= Imaginet =

Imaginet LLC was founded in 1991, as a NeXT Computer and Apple Computer publishing Value Added Reseller.

Its initial focus on digital printing was retooled by 1994 to become an early provider of web services, a move that attracted some big-name companies, including 3M, Target Corp, Pillsbury, and General Mills.

In 1997, Imaginet was sold to the 3M spinoff, Imation, but the formal corporate culture and Imaginet's decidedly casual one were not a good fit. Within 18 months, the company turned private again. To become a private company, Founders Scott Litman and Dan Mallin partnered with Skip Gage to acquire the company from Imation and spin it out as a private entity. Along the way, Imaginet acquired the assets of the Gage Interactive Marketing Group.

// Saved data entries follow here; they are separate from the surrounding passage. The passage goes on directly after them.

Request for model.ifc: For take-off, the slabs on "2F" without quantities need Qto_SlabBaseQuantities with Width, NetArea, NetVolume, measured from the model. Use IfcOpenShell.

First a look at what the model holds.

```python
import ifcopenshell
import ifcopenshell.util.element
import ifcopenshell.util.unit

model = ifcopenshell.open("model.ifc")
print(model.schema)
for unit_type in ("LENGTHUNIT", "AREAUNIT", "VOLUMEUNIT"):
    print(unit_type, ifcopenshell.util.unit.calculate_unit_scale(model, unit_type))
storey = next(s for s in model.by_type("IfcBuildingStorey") if s.Name == "2F")
slabs = [e for e in ifcopenshell.util.element.get_decomposition(storey) if e.is_a("IfcSlab")]
for e in sorted(slabs, key=lambda e: e.id()):
    print(e.id(), e.is_a(), e.Name, list(ifcopenshell.util.element.get_psets(e, qtos_only=True)), sep=" | ")
```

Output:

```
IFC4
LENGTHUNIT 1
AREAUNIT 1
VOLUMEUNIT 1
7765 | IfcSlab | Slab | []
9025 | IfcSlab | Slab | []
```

```python
import ifcopenshell
import ifcopenshell.api.pset
import ifcopenshell.geom
import ifcopenshell.util.element
import ifcopenshell.util.shape
import ifcopenshell.util.unit

model = ifcopenshell.open("model.ifc")
unit_scale = ifcopenshell.util.unit.calculate_unit_scale(model)
area_scale = ifcopenshell.util.unit.calculate_unit_scale(model, "AREAUNIT")
volume_scale = ifcopenshell.util.unit.calculate_unit_scale(model, "VOLUMEUNIT")
settings = ifcopenshell.geom.settings()

storey = next(s for s in model.by_type("IfcBuildingStorey") if s.Name == "2F")
slabs = [e for e in ifcopenshell.util.element.get_decomposition(storey) if e.is_a("IfcSlab")]

for e in sorted(slabs, key=lambda e: e.id()):
    if ifcopenshell.util.element.get_psets(e, qtos_only=True, should_inherit=False):
        continue
    # Geometry comes back in metres, in the element's own axes.
    shape = ifcopenshell.geom.create_shape(settings, e)
    values = {
        "Width": ifcopenshell.util.shape.get_z(shape.geometry) / unit_scale,
        "NetArea": ifcopenshell.util.shape.get_footprint_area(shape.geometry) / area_scale,
        "NetVolume": ifcopenshell.util.shape.get_volume(shape.geometry) / volume_scale,
    }
    qto = ifcopenshell.api.pset.add_qto(model, product=e, name="Qto_SlabBaseQuantities")
    ifcopenshell.api.pset.edit_qto(model, qto=qto, properties=values)
    print(e.id(), {k: round(v, 3) for k, v in values.items()})

model.write("model_v2.ifc")
```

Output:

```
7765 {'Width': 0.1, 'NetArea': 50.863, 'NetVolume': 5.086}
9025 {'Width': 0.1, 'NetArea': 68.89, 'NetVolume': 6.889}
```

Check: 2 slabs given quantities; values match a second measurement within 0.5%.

As a private company, Imaginet, LLC flourished in 1999 and 2000, rapidly growing into a regional leader in eServices. The focus of the business was the delivery of web applications that provided personalized and relevant communication to their audiences. Customers included the St. Paul Companies, RBC Dain Rauscher, Cargill, Goodyear, Medtronic, United Health, Lawson Software, Express-Scripts, and Thomson West.

The business was sold once again in the final days of 2000 to WPP Group, where it became a part of J. Walter Thompson (JWT), one of the world's oldest and largest traditional ad agencies. Post sale, Imagnet, took over the JWT owned entity Cool Fire Interactive and in a move that saved many jobs as the dot com bubble burst that year, replaced Cool Fire's staff with Imaginet employees. Imaginet was rebranded into the RMG Connect international network under JWT.

In January 2010, RMG Connect was dissolved and merged with JWT. The office is now known as JWT Minneapolis.